Man nehme eine Geige plus Bogen (oder ein anderes Musikinstrument), Notenständer, Noten und Bleistift. Mehr braucht es nicht für den Musikunterricht. Oder doch? Sollen die Handys aus dem Unterricht verbannt werden, weil ohnehin viel zu viel Zeit damit verrinnt, oder gibt es Möglichkeiten, sie sinnvoll und kreativ im Unterricht einzusetzen – Stichwort „Medienerziehung“?

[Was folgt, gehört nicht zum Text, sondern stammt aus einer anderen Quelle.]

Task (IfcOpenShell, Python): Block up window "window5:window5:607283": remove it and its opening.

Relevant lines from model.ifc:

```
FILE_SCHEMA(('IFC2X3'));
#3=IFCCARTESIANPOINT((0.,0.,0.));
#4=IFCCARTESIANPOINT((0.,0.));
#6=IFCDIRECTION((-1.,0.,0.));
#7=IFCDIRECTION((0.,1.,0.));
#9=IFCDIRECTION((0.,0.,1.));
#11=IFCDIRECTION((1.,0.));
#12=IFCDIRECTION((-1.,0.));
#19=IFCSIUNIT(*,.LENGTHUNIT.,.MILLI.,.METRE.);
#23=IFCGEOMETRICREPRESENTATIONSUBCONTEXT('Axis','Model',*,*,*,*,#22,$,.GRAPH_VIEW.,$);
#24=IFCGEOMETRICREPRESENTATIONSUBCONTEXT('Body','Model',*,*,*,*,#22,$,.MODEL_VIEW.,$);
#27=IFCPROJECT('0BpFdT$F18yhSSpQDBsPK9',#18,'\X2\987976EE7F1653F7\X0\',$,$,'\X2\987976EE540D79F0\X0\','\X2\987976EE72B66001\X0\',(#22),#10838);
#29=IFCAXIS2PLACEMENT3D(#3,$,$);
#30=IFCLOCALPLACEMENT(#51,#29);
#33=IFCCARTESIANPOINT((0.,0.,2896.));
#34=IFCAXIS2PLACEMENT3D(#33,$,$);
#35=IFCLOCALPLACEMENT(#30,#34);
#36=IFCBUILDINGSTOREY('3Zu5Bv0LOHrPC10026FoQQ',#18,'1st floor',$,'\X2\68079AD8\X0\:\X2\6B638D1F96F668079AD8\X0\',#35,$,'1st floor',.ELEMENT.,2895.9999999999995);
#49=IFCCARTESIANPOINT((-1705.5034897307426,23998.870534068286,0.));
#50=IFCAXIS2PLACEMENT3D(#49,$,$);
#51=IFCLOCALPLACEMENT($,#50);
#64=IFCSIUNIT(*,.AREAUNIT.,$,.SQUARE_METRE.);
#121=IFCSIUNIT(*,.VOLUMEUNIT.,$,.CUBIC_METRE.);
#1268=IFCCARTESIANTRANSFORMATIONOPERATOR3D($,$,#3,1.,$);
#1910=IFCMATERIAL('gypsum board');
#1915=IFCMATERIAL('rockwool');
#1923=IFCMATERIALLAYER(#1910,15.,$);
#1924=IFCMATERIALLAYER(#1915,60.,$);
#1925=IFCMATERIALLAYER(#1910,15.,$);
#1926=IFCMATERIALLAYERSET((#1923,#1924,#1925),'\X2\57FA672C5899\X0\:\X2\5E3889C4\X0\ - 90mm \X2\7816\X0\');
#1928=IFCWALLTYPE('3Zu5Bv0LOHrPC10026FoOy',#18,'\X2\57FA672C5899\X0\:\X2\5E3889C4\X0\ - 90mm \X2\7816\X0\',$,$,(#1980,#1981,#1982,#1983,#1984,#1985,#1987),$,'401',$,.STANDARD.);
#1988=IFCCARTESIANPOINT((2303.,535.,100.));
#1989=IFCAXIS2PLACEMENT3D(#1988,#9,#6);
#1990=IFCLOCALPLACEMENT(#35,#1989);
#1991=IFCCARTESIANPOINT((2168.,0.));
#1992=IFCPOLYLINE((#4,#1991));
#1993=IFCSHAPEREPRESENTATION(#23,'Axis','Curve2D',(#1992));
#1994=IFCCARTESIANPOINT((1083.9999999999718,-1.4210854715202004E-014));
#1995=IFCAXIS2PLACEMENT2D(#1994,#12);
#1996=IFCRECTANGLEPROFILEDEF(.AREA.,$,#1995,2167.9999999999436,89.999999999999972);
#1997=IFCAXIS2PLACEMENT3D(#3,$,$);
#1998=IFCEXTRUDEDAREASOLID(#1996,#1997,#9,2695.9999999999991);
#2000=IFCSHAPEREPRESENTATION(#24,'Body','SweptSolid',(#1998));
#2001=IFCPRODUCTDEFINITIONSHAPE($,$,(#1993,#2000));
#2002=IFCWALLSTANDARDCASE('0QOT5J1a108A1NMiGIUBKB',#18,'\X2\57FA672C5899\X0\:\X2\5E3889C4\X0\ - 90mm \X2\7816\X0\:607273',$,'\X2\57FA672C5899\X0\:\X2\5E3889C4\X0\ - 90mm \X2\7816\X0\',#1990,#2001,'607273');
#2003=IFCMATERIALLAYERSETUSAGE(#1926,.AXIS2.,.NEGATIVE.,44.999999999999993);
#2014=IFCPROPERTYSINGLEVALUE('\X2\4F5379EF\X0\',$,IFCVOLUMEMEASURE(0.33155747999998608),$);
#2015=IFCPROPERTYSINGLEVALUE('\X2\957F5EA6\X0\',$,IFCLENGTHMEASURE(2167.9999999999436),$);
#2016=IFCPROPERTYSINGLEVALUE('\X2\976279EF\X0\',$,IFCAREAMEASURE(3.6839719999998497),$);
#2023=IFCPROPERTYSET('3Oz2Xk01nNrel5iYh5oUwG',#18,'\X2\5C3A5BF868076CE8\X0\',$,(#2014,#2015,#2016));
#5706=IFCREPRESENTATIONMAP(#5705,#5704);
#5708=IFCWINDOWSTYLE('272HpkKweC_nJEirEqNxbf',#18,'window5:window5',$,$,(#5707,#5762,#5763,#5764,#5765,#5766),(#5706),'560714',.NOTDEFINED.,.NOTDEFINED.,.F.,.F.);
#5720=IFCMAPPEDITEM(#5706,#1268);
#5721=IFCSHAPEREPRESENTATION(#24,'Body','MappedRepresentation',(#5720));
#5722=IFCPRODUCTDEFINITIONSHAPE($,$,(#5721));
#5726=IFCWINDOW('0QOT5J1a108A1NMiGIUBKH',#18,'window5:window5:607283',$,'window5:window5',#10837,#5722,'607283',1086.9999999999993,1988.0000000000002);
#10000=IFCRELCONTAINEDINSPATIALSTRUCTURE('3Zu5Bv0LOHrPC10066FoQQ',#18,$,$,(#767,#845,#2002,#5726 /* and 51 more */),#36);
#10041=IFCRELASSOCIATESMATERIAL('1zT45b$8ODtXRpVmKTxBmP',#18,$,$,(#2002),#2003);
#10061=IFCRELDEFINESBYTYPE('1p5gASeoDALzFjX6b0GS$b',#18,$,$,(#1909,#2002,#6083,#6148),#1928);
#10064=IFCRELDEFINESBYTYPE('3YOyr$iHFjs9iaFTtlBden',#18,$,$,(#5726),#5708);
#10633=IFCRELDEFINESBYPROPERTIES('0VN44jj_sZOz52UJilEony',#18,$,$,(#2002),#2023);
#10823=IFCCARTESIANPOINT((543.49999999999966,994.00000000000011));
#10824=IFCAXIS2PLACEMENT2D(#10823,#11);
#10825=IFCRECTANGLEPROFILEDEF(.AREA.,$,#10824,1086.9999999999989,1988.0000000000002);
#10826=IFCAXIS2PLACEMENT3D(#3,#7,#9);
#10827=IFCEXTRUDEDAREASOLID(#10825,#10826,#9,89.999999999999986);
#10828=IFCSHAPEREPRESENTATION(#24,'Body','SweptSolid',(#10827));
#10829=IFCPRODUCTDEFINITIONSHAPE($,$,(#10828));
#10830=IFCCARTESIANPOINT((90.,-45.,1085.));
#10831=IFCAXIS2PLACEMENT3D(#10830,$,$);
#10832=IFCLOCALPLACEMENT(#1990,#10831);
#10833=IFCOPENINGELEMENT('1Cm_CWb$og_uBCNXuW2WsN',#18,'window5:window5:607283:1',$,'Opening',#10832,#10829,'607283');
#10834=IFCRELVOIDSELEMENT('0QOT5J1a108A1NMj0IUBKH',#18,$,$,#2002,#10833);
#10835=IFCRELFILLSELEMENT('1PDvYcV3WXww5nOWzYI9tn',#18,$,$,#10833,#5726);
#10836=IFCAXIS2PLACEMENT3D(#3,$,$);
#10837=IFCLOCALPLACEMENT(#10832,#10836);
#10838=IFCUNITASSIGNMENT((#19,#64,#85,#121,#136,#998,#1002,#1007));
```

```python
import ifcopenshell
import ifcopenshell.api.feature
import ifcopenshell.api.pset
import ifcopenshell.api.root
import ifcopenshell.geom
import ifcopenshell.util.element
import ifcopenshell.util.shape
import ifcopenshell.util.unit

model = ifcopenshell.open("model.ifc")
area_scale = ifcopenshell.util.unit.calculate_unit_scale(model, "AREAUNIT")
volume_scale = ifcopenshell.util.unit.calculate_unit_scale(model, "VOLUMEUNIT")
settings = ifcopenshell.geom.settings()


def volume(element):
    """Net volume in cubic metres, openings subtracted."""
    shape = ifcopenshell.geom.create_shape(settings, element)
    return ifcopenshell.util.shape.get_volume(shape.geometry)


window = model.by_guid("0QOT5J1a108A1NMiGIUBKH")
opening = window.FillsVoids[0].RelatingOpeningElement
wall = opening.VoidsElements[0].RelatingBuildingElement
before = volume(wall)

ifcopenshell.api.root.remove_product(model, product=window)
ifcopenshell.api.feature.remove_feature(model, feature=opening)

after = volume(wall)
thickness = 0.09  # wall thickness in metres

# Update the wall's stored quantities.
pset = model.by_id(ifcopenshell.util.element.get_pset(wall, "尺寸标注", should_inherit=False)["id"])
ifcopenshell.api.pset.edit_pset(model, pset=pset, properties={
    "体积": model.create_entity("IfcVolumeMeasure", after / volume_scale),
    "面积": model.create_entity("IfcAreaMeasure", after / thickness / area_scale),
})

print(f"wall volume {before:.3f} -> {after:.3f} m3")

model.write("model_updated.ifc")
```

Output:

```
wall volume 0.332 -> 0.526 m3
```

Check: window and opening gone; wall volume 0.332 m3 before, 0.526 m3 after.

Mit dem Handy tragen inzwischen fast alle Schüler*innen einen kleinen Computer mit sich herum und sind als „Digital Natives“ absolut versiert im Umgang damit. Das iPad hat in viele allgemeinbildende Schulen Einzug gehalten und kann also auch im Musikunterricht weit mehr genutzt werden, als lediglich Lebensdaten von Komponisten oder Ähnliches damit zu recherchieren. Die allermeisten Schüler*innen haben Zugang zu einem Laptop oder PC.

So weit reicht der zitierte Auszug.